TASK OBJECTIVE:
Where a line below contains "IFCLOCALPLACEMENT", count it. Reply with the total only.

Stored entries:
□ □ □

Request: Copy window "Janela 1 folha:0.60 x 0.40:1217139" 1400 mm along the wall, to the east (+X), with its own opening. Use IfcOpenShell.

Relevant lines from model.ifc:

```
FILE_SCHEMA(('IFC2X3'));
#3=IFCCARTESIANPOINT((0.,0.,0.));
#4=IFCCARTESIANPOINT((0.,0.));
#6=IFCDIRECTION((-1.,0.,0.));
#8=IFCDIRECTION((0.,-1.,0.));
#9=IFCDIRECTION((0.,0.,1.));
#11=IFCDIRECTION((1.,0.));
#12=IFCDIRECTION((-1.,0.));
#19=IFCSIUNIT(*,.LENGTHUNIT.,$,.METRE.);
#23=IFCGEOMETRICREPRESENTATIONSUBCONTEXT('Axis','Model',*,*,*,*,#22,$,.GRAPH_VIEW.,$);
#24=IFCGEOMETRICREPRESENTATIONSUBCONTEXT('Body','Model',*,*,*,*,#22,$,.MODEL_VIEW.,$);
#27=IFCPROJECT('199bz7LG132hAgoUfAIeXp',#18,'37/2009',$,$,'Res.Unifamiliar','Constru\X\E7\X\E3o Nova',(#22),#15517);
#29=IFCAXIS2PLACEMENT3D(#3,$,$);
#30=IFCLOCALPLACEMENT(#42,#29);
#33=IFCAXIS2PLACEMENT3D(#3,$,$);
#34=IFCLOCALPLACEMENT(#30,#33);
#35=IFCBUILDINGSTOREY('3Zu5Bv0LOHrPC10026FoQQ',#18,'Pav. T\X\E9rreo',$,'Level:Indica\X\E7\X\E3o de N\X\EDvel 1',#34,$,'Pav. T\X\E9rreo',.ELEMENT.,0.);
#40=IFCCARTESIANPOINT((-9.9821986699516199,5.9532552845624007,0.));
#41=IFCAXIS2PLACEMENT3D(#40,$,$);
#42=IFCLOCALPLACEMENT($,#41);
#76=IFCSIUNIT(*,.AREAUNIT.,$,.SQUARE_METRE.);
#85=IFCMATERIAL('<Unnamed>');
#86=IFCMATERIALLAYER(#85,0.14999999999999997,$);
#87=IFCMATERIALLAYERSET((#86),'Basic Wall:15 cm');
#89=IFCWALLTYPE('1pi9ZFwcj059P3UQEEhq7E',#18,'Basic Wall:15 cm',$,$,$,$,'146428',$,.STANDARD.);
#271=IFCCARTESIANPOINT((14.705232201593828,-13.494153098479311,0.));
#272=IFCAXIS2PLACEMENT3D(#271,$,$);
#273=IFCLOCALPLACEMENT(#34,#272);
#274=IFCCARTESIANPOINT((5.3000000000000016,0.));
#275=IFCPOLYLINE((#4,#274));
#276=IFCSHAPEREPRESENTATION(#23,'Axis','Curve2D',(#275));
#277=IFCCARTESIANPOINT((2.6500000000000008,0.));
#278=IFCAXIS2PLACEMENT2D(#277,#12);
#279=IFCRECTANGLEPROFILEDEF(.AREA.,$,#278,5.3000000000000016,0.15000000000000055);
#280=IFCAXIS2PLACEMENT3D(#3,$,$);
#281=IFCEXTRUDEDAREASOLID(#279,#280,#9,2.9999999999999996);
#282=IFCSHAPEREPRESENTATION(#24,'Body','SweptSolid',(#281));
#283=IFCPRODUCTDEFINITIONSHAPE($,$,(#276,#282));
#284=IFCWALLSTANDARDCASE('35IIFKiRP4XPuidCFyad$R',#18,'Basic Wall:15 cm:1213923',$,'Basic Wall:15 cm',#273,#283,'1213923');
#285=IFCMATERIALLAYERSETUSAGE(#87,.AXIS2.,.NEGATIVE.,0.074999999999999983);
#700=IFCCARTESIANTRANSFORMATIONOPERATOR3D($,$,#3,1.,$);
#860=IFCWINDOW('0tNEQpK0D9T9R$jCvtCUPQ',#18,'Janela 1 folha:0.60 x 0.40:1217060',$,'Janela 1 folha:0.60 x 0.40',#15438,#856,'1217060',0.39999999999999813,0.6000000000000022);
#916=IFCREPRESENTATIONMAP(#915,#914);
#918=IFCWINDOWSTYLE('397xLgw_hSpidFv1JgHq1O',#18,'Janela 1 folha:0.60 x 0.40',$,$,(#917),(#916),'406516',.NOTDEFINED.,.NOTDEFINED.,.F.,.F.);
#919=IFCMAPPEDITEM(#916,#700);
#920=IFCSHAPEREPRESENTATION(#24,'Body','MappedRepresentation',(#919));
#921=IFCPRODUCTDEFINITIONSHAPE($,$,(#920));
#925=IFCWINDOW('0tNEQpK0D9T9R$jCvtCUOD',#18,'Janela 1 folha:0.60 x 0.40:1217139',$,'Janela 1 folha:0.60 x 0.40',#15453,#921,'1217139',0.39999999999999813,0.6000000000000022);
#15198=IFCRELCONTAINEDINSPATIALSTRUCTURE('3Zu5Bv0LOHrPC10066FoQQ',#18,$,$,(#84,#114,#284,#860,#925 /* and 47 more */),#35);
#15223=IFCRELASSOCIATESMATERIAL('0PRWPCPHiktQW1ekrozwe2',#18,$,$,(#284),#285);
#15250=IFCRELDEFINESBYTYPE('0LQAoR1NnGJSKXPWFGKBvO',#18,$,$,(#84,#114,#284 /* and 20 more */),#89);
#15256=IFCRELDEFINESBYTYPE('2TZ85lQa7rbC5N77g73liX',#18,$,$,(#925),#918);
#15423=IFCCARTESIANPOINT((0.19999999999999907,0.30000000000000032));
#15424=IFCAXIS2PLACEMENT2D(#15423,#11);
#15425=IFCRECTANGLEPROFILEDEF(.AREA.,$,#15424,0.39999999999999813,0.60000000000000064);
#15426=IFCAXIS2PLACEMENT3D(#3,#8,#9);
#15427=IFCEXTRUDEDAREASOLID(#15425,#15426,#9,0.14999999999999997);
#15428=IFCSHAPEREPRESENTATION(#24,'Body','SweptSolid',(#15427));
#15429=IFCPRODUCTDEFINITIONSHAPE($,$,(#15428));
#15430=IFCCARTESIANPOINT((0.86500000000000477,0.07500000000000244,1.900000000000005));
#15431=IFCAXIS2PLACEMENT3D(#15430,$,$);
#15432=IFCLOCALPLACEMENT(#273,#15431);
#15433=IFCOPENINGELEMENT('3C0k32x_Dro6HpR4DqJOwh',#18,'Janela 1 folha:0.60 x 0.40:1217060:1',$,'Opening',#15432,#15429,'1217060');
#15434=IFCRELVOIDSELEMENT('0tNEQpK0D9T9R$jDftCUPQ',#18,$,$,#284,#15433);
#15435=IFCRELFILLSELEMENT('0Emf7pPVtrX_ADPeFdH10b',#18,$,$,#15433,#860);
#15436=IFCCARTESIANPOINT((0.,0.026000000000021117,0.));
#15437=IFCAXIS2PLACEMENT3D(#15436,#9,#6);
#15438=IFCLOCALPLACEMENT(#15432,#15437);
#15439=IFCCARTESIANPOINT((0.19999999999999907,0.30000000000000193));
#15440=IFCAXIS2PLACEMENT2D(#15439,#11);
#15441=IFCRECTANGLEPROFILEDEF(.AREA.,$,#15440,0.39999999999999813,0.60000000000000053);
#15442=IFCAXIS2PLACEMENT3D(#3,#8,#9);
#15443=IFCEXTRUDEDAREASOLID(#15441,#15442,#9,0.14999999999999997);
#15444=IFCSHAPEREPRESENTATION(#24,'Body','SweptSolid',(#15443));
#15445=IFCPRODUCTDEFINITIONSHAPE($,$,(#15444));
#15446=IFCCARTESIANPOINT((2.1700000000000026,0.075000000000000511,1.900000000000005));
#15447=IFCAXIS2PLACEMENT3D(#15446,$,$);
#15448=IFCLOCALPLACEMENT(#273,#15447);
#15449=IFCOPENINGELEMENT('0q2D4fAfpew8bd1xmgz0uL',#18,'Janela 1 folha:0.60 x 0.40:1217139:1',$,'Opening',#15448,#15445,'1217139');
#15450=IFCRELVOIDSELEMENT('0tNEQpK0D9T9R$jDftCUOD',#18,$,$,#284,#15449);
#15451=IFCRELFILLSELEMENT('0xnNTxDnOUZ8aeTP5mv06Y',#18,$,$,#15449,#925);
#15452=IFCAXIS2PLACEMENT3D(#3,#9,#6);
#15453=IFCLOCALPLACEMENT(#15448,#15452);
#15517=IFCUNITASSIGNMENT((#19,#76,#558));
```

```python
import ifcopenshell
import ifcopenshell.api.feature
import ifcopenshell.api.geometry
import ifcopenshell.api.root
import ifcopenshell.geom
import ifcopenshell.util.element
import ifcopenshell.util.placement
import ifcopenshell.util.shape
import ifcopenshell.util.unit

model = ifcopenshell.open("model.ifc")
unit_scale = ifcopenshell.util.unit.calculate_unit_scale(model)
settings = ifcopenshell.geom.settings()


def volume(element):
    """Net volume in cubic metres, openings subtracted."""
    shape = ifcopenshell.geom.create_shape(settings, element)
    return ifcopenshell.util.shape.get_volume(shape.geometry)


def reuse_history(source, copy):
    """copy_class also copies each property set's owner history, people and application; keep the originals."""
    for rel in copy.IsDefinedBy:
        if rel.is_a("IfcRelDefinesByProperties") and (history := rel.RelatingPropertyDefinition.OwnerHistory):
            rel.RelatingPropertyDefinition.OwnerHistory = source.OwnerHistory
            ifcopenshell.util.element.remove_deep2(model, history)


window = model.by_guid("0tNEQpK0D9T9R$jCvtCUOD")
opening = window.FillsVoids[0].RelatingOpeningElement
wall = opening.VoidsElements[0].RelatingBuildingElement
before = volume(wall)
shift = ifcopenshell.util.placement.get_local_placement(wall.ObjectPlacement)[:3, 0] * 1.4 / unit_scale

# copy_class copies the void relationship, type, container and properties, but no geometry.
new_opening = ifcopenshell.api.root.copy_class(model, product=opening)
new_opening.Representation = ifcopenshell.util.element.copy_deep(
    model, opening.Representation, exclude=["IfcGeometricRepresentationContext", "IfcRepresentationMap"]
)
new_opening.Name = "Janela 1 folha:0.60 x 0.40"
new_opening.Tag = None
new_window = ifcopenshell.api.root.copy_class(model, product=window)
new_window.Representation = ifcopenshell.util.element.copy_deep(
    model, window.Representation, exclude=["IfcGeometricRepresentationContext", "IfcRepresentationMap"]
)
new_window.Name = "Janela 1 folha:0.60 x 0.40"
new_window.Tag = None
reuse_history(window, new_window)
fills = ifcopenshell.api.feature.add_filling(model, opening=new_opening, element=new_window)
fills.OwnerHistory = new_window.OwnerHistory  # required in IFC2X3

for old, new in ((opening, new_opening), (window, new_window)):
    matrix = ifcopenshell.util.placement.get_local_placement(old.ObjectPlacement)
    matrix[:3, 3] += shift
    ifcopenshell.api.geometry.edit_object_placement(model, product=new, matrix=matrix, is_si=False)

after = volume(wall)

print(f"wall volume {before:.3f} -> {after:.3f} m3")

model.write("model_updated.ifc")
```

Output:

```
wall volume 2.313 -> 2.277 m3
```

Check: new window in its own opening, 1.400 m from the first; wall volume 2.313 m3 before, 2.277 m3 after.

□ □ □

EXERCISE RESULT:
8